Extracted data entries
═══

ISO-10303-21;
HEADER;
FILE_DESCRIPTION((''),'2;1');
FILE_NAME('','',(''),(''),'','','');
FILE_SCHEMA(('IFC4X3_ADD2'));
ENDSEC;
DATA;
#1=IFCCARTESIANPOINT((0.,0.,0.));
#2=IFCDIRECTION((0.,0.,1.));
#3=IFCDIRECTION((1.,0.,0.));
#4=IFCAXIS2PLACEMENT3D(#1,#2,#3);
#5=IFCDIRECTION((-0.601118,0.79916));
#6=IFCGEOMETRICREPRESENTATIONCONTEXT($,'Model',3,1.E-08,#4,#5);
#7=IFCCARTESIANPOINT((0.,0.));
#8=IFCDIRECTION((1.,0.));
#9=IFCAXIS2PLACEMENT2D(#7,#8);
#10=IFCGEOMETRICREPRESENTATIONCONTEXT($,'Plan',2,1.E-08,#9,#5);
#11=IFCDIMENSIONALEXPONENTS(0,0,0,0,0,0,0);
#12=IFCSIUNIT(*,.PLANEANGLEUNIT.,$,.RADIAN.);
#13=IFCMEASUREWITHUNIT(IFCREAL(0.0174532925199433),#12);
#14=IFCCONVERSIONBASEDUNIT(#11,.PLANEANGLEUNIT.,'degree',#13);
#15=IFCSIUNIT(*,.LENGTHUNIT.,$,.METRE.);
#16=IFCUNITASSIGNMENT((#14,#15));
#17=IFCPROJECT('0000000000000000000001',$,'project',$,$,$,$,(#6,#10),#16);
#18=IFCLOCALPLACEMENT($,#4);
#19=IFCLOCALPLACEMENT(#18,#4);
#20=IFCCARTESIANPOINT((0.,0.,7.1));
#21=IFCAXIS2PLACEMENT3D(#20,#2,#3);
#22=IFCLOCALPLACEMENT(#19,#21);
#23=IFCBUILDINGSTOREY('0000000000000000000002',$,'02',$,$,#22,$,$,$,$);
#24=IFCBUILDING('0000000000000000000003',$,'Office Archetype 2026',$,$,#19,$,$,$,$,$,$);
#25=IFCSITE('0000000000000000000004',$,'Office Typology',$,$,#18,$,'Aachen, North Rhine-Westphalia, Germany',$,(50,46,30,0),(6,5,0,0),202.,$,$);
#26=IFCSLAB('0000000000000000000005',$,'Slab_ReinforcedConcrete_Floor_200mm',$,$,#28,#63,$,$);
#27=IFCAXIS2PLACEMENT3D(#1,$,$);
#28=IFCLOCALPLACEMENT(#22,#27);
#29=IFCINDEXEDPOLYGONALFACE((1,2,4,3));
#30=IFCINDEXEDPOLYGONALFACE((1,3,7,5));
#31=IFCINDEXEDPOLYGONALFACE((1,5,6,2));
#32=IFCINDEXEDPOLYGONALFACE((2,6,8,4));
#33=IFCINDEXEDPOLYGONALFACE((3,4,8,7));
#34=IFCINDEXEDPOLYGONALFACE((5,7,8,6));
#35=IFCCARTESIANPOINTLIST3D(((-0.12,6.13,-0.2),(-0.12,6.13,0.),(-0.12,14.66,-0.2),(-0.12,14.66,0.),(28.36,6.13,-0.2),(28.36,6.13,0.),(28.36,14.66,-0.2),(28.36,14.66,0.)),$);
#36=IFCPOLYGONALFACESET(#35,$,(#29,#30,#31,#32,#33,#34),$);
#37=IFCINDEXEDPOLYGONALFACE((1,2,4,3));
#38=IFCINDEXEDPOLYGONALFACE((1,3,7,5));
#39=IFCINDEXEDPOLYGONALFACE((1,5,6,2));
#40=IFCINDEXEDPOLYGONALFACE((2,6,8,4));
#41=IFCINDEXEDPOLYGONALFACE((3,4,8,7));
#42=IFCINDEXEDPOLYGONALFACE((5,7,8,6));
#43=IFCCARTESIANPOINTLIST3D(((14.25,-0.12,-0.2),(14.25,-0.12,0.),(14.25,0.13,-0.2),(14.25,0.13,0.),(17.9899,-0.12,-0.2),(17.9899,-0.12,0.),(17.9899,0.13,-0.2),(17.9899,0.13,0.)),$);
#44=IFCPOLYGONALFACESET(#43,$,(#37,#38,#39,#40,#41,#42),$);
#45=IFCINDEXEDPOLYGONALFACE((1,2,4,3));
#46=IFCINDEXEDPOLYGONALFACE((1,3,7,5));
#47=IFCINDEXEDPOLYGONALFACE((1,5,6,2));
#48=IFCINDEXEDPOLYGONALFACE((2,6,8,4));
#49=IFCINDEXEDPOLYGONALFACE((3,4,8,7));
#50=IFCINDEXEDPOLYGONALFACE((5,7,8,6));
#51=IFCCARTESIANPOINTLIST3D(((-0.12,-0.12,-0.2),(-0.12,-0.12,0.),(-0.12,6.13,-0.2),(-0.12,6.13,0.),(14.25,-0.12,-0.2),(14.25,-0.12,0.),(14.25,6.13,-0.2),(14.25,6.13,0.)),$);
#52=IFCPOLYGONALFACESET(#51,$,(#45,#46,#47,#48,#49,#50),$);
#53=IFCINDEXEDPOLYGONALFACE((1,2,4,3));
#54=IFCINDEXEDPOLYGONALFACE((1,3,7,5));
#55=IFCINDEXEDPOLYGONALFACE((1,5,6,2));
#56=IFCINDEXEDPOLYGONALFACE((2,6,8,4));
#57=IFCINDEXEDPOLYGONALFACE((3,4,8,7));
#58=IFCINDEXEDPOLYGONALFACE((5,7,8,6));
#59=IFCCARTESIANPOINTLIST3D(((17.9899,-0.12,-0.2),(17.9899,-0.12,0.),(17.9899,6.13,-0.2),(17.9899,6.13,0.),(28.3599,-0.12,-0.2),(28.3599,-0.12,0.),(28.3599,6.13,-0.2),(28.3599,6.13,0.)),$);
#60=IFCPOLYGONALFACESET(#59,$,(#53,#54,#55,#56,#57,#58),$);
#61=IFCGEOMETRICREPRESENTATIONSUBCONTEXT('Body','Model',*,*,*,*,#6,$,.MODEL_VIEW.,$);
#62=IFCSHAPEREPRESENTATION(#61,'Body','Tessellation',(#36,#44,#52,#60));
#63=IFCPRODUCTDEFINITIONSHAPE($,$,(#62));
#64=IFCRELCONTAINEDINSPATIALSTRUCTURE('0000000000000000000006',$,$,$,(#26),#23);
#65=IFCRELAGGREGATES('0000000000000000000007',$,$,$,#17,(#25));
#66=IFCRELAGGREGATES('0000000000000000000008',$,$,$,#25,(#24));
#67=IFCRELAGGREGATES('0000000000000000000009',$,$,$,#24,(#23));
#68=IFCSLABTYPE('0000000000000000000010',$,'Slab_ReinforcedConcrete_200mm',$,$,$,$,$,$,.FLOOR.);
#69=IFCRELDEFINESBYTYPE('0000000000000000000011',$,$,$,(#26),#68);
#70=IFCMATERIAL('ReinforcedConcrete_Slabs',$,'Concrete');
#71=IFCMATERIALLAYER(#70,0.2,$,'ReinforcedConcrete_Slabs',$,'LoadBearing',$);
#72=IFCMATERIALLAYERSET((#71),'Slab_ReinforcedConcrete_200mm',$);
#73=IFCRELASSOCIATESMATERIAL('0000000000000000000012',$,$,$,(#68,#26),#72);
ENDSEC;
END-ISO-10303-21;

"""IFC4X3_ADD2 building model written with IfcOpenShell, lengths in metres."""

from ifc_helpers import new_model, entity, si_unit, converted_unit, direction, frame, origin_with_axes, origin_2d_with_axis, place, context, subcontext, project, spatial, indexed_curve, outline, extrude, material, layer, layer_set, layer_usage, type_object, element, save


model = new_model("IFC4X3_ADD2")

# Units and contexts
model_context = context("Model", 3, precision=1e-08, world=origin_with_axes(), true_north=direction((-0.601118, 0.79916)))
plan_context = context("Plan", 2, precision=1e-08, world=origin_2d_with_axis(), true_north=direction((-0.601118, 0.79916)))
body_context = subcontext(model_context, "Body", "Model", "MODEL_VIEW")
ifc_project = project(units=[converted_unit("PLANEANGLEUNIT", "degree", entity("IfcReal", 0.0174532925199433), si_unit("PLANEANGLEUNIT", "RADIAN"), dimensions=[0, 0, 0, 0, 0, 0, 0]), si_unit("LENGTHUNIT", "METRE")], contexts=[model_context, plan_context])

# Site, building, storey
site_placement = place(None, origin_with_axes())
site = spatial("IfcSite", under=ifc_project, at=site_placement, Name="Office Typology", LongName="Aachen, North Rhine-Westphalia, Germany", RefLatitude=(50, 46, 30, 0), RefLongitude=(6, 5, 0, 0), RefElevation=202.0)
building_placement = place(site_placement, origin_with_axes())
building = spatial("IfcBuilding", under=site, at=building_placement, Name="Office Archetype 2026")
storey_placement = place(building_placement, frame((0.0, 0.0, 7.1), z_axis=(0.0, 0.0, 1.0), x_axis=(1.0, 0.0, 0.0)))
storey = spatial("IfcBuildingStorey", under=building, at=storey_placement, Name="02")

# Slab
ifc_material_1 = material(Name="ReinforcedConcrete_Slabs", Category="Concrete")
ifc_layer_1 = layer(ifc_material_1, 0.2, Name="ReinforcedConcrete_Slabs", Category="LoadBearing")
ifc_layer_set_1 = layer_set([ifc_layer_1], Name="Slab_ReinforcedConcrete_200mm")
slab_type_1 = type_object("IfcSlabType", Name="Slab_ReinforcedConcrete_200mm", PredefinedType="FLOOR", material=ifc_layer_set_1)
ifc_layer_usage_1 = layer_usage(ifc_layer_set_1, "AXIS3", "POSITIVE", 0.0)
slab_1_placement = place(storey_placement, frame((17.9899, 6.13, 0.0), z_axis=(0.0, 0.0, 1.0), x_axis=(1.0, 0.0, 0.0)))
element("IfcSlab", 1, at=slab_1_placement, inside=storey, type_object=slab_type_1, material=ifc_layer_usage_1, Name="Slab_ReinforcedConcrete_Floor_200mm", context=body_context, shape_type="SweptSolid", body=[
    extrude(outline(indexed_curve([(0.0, 0.0), (28.48, 0.0), (28.48, -8.53), (0.0, -8.53), (0.0, 0.0)])), frame((-18.1099, 8.53, -0.2), z_axis=(0.0, 0.0, 1.0), x_axis=(1.0, 0.0, 0.0)), (0.0, 0.0, 1.0), 0.2),
    extrude(outline(indexed_curve([(0.0, 0.0), (3.7399, 0.0), (3.7399, 0.25), (0.0, 0.25), (0.0, 0.0)])), frame((-3.7399, -6.25, -0.2), z_axis=(0.0, 0.0, 1.0), x_axis=(1.0, 0.0, 0.0)), (0.0, 0.0, 1.0), 0.2),
    extrude(outline(indexed_curve([(0.0, 0.0), (14.37, 0.0), (14.37, -6.25), (0.0, -6.25), (0.0, 0.0)])), frame((-18.1099, 0.0, -0.2), z_axis=(0.0, 0.0, 1.0), x_axis=(1.0, 0.0, 0.0)), (0.0, 0.0, 1.0), 0.2),
    extrude(outline(indexed_curve([(0.0, 0.0), (0.0, -6.25), (10.37, -6.25), (10.37, 0.0), (0.0, 0.0)])), frame((0.0, 0.0, -0.2), z_axis=(0.0, 0.0, 1.0), x_axis=(1.0, 0.0, 0.0)), (0.0, 0.0, 1.0), 0.2),
])

save(model, "model.ifc")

═══

Copy out each line of the data above, exactly, if it lies between the line holding "FILE_NAME('','',(''),(''),'','','');" and the line holding "#27=IFCAXIS2PLACEMENT3D(#1,$,$);", inclusive; copy no other line.

FILE_NAME('','',(''),(''),'','','');
FILE_SCHEMA(('IFC4X3_ADD2'));
ENDSEC;
DATA;
#1=IFCCARTESIANPOINT((0.,0.,0.));
#2=IFCDIRECTION((0.,0.,1.));
#3=IFCDIRECTION((1.,0.,0.));
#4=IFCAXIS2PLACEMENT3D(#1,#2,#3);
#5=IFCDIRECTION((-0.601118,0.79916));
#6=IFCGEOMETRICREPRESENTATIONCONTEXT($,'Model',3,1.E-08,#4,#5);
#7=IFCCARTESIANPOINT((0.,0.));
#8=IFCDIRECTION((1.,0.));
#9=IFCAXIS2PLACEMENT2D(#7,#8);
#10=IFCGEOMETRICREPRESENTATIONCONTEXT($,'Plan',2,1.E-08,#9,#5);
#11=IFCDIMENSIONALEXPONENTS(0,0,0,0,0,0,0);
#12=IFCSIUNIT(*,.PLANEANGLEUNIT.,$,.RADIAN.);
#13=IFCMEASUREWITHUNIT(IFCREAL(0.0174532925199433),#12);
#14=IFCCONVERSIONBASEDUNIT(#11,.PLANEANGLEUNIT.,'degree',#13);
#15=IFCSIUNIT(*,.LENGTHUNIT.,$,.METRE.);
#16=IFCUNITASSIGNMENT((#14,#15));
#17=IFCPROJECT('0000000000000000000001',$,'project',$,$,$,$,(#6,#10),#16);
#18=IFCLOCALPLACEMENT($,#4);
#19=IFCLOCALPLACEMENT(#18,#4);
#20=IFCCARTESIANPOINT((0.,0.,7.1));
#21=IFCAXIS2PLACEMENT3D(#20,#2,#3);
#22=IFCLOCALPLACEMENT(#19,#21);
#23=IFCBUILDINGSTOREY('0000000000000000000002',$,'02',$,$,#22,$,$,$,$);
#24=IFCBUILDING('0000000000000000000003',$,'Office Archetype 2026',$,$,#19,$,$,$,$,$,$);
#25=IFCSITE('0000000000000000000004',$,'Office Typology',$,$,#18,$,'Aachen, North Rhine-Westphalia, Germany',$,(50,46,30,0),(6,5,0,0),202.,$,$);
#26=IFCSLAB('0000000000000000000005',$,'Slab_ReinforcedConcrete_Floor_200mm',$,$,#28,#63,$,$);
#27=IFCAXIS2PLACEMENT3D(#1,$,$);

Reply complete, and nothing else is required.